Dear Book, So there I was, just about ready to give up on you, when you offer me … that. A reason to write you, and a glimmer of what you’re really all about. Was it the threat of being trunked that made you give in? Or did you actually choose to wait until the most frustrating possible moment to give up the first of your secrets? Just wondering, Me P.S. Unless it’s all a lie. We’ll have words if it’s all a lie. And I don’t mean the words on your pages.

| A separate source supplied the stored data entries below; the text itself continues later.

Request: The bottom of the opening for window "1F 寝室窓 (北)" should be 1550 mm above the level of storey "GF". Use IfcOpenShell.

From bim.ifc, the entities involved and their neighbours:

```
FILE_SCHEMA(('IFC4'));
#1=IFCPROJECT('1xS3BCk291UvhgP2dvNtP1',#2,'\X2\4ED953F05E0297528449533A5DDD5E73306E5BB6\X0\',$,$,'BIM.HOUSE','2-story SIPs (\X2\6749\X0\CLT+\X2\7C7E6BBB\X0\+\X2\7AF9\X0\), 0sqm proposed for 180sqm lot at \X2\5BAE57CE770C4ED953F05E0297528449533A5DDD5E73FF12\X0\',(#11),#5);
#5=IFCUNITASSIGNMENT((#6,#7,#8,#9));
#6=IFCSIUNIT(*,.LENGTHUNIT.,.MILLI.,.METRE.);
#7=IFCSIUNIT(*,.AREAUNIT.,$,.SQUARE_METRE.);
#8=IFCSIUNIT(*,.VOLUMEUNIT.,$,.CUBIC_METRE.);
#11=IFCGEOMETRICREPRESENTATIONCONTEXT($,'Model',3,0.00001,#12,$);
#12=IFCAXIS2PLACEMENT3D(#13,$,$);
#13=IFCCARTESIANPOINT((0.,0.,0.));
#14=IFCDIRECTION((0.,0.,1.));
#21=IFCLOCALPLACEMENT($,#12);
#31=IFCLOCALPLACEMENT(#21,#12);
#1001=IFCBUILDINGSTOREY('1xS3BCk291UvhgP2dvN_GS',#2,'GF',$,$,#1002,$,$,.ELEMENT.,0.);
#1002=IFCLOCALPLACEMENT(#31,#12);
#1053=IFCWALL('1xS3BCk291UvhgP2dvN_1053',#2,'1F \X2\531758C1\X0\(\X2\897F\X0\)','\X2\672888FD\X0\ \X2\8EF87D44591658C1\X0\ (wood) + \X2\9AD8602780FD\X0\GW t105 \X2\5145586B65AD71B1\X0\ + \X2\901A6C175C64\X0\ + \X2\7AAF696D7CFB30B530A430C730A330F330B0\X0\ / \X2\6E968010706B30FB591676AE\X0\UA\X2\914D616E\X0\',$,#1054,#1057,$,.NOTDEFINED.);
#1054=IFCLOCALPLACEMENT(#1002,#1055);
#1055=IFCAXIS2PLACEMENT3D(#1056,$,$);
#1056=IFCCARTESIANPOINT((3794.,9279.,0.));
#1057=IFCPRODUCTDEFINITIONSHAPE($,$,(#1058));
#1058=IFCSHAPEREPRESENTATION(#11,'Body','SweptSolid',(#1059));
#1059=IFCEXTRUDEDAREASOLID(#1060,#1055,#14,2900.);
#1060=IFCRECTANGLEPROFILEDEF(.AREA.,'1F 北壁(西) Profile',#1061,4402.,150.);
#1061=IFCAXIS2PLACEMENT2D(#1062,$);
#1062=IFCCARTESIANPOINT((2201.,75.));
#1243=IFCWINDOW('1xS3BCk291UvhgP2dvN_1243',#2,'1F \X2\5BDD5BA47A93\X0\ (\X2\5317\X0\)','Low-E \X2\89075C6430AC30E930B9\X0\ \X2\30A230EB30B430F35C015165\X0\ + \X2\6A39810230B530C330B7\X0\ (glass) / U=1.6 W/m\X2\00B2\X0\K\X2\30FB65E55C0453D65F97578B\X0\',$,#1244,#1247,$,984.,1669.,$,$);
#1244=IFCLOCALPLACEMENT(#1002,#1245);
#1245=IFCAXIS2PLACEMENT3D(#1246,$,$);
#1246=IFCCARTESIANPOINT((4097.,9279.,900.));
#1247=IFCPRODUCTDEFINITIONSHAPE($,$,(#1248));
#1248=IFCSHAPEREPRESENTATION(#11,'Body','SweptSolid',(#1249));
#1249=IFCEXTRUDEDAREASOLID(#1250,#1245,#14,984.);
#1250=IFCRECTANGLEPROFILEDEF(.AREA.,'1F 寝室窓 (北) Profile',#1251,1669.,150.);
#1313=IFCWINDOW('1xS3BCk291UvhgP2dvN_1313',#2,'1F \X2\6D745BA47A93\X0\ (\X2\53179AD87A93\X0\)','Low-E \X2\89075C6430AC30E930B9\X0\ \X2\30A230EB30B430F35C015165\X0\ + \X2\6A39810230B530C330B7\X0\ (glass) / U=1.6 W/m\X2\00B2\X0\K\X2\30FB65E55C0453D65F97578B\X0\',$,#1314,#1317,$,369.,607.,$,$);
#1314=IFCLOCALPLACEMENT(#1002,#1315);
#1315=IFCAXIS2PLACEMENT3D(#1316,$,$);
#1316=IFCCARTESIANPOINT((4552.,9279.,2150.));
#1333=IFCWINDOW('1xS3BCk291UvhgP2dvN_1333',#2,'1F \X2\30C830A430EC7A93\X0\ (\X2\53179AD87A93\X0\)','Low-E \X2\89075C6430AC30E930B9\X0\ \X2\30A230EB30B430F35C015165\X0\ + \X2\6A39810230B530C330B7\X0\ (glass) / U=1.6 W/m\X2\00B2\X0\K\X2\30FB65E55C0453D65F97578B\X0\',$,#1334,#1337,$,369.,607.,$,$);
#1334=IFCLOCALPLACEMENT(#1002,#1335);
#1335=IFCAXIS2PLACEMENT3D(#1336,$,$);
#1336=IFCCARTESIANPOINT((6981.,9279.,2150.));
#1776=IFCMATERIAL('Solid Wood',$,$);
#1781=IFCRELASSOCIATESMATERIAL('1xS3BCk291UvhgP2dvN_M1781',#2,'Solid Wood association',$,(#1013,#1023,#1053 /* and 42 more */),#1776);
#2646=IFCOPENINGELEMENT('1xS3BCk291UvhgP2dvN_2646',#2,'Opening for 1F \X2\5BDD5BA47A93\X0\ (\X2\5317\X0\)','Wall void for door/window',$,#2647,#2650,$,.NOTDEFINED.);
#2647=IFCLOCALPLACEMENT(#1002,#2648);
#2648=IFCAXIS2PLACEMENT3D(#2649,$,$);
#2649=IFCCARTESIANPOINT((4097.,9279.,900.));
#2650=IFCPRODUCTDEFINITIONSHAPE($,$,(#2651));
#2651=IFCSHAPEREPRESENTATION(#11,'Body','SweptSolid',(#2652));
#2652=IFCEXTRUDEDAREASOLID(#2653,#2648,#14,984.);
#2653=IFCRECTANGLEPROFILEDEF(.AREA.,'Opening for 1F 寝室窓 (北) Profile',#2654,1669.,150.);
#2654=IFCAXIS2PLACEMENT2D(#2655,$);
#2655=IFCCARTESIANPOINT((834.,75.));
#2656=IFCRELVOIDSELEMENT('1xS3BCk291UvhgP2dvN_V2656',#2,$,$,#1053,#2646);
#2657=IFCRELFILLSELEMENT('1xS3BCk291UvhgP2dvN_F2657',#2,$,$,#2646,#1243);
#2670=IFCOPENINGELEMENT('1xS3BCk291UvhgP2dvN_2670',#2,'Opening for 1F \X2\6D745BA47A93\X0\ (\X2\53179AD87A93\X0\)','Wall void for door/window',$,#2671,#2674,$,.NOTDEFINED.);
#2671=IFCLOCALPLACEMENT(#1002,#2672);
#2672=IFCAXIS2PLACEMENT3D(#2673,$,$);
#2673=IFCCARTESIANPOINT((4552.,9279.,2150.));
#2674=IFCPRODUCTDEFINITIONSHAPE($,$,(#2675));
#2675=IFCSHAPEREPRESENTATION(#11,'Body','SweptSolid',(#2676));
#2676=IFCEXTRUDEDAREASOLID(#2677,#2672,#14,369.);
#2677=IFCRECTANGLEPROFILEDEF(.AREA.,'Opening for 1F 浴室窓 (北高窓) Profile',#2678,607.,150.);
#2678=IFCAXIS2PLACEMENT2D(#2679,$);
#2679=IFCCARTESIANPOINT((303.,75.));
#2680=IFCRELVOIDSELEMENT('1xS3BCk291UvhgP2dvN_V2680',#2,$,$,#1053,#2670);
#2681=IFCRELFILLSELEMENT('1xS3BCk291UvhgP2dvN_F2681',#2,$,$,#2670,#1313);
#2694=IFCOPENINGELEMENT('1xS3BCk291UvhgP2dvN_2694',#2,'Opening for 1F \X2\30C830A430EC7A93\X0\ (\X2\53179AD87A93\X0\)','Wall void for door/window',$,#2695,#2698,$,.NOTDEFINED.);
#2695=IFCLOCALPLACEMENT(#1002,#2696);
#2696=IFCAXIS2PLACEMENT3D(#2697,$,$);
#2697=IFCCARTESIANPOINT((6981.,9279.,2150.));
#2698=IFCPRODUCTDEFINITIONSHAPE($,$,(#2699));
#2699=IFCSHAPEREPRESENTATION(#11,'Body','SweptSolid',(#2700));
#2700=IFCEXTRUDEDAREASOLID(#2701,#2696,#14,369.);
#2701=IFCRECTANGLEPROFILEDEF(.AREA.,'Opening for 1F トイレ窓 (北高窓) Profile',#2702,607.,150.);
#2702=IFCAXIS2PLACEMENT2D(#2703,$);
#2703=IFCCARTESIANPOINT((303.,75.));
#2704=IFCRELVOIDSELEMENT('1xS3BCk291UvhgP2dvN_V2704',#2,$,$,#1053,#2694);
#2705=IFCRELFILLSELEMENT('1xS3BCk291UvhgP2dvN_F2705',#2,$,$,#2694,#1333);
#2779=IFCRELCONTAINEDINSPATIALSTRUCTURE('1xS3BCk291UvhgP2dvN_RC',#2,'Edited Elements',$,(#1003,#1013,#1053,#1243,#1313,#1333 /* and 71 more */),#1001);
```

```python
import numpy as np
import ifcopenshell
import ifcopenshell.api.geometry
import ifcopenshell.geom
import ifcopenshell.util.element
import ifcopenshell.util.placement
import ifcopenshell.util.shape
import ifcopenshell.util.unit

model = ifcopenshell.open("bim.ifc")
unit_scale = ifcopenshell.util.unit.calculate_unit_scale(model)

window = model.by_guid("1xS3BCk291UvhgP2dvN_1243")
opening = window.FillsVoids[0].RelatingOpeningElement
storey = ifcopenshell.util.element.get_container(window, ifc_class="IfcBuildingStorey")
level = ifcopenshell.util.placement.get_local_placement(storey.ObjectPlacement)[2, 3]

# The opening's origin need not be at the sill, so measure its lowest point.
shape = ifcopenshell.geom.create_shape(ifcopenshell.geom.settings(), opening)
bottom = ifcopenshell.util.shape.get_shape_bottom_elevation(shape, shape.geometry) / unit_scale
dz = level + 1550.0 - bottom

shift = np.array([0.0, 0.0, dz])
# The window is not placed relative to its opening, so move both.
for product in (opening, window):
    matrix = ifcopenshell.util.placement.get_local_placement(product.ObjectPlacement)
    matrix[:3, 3] += shift
    ifcopenshell.api.geometry.edit_object_placement(model, product=product, matrix=matrix, is_si=False)

print(f"moved by {dz * unit_scale:+.3f} m")

model.write("bim_updated.ifc")
```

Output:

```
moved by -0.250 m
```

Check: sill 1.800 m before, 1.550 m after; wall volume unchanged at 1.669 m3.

In which Idina Menzel and Patti Griffin help me flee from zombies

I talk to Naomi Alderman about writing for Zombies, Run. The Zombies, Run! app chooses songs from whatever playlist you feed it, and in that post, I talk about how my favorite moments are the ones when something comes up that’s wildly inappropriate for the narrative. Today’s episode was filled with those awesome moments. First, just as a friend has gone gray (turned into a zombie) and I’m fleeing from them, my playlist urged me to “Let It Go.” Then, just another character was revealed to have secret zombie blood inside them, I was told “Something has changed within me. Something is not the same.” And then a traitor was unmasked to strains of, “Don’t bring me bad news, no bad news, I don’t need none of your bad news today.” And this is why I run from zombies. Along the way, I’m pondering the fact that said traitor’s unmasking was utterly expected, and yet nonetheless satisfying. The discovery isn’t the only thing that makes a reveal satisfying–this is a craft thing worth thinking about some more.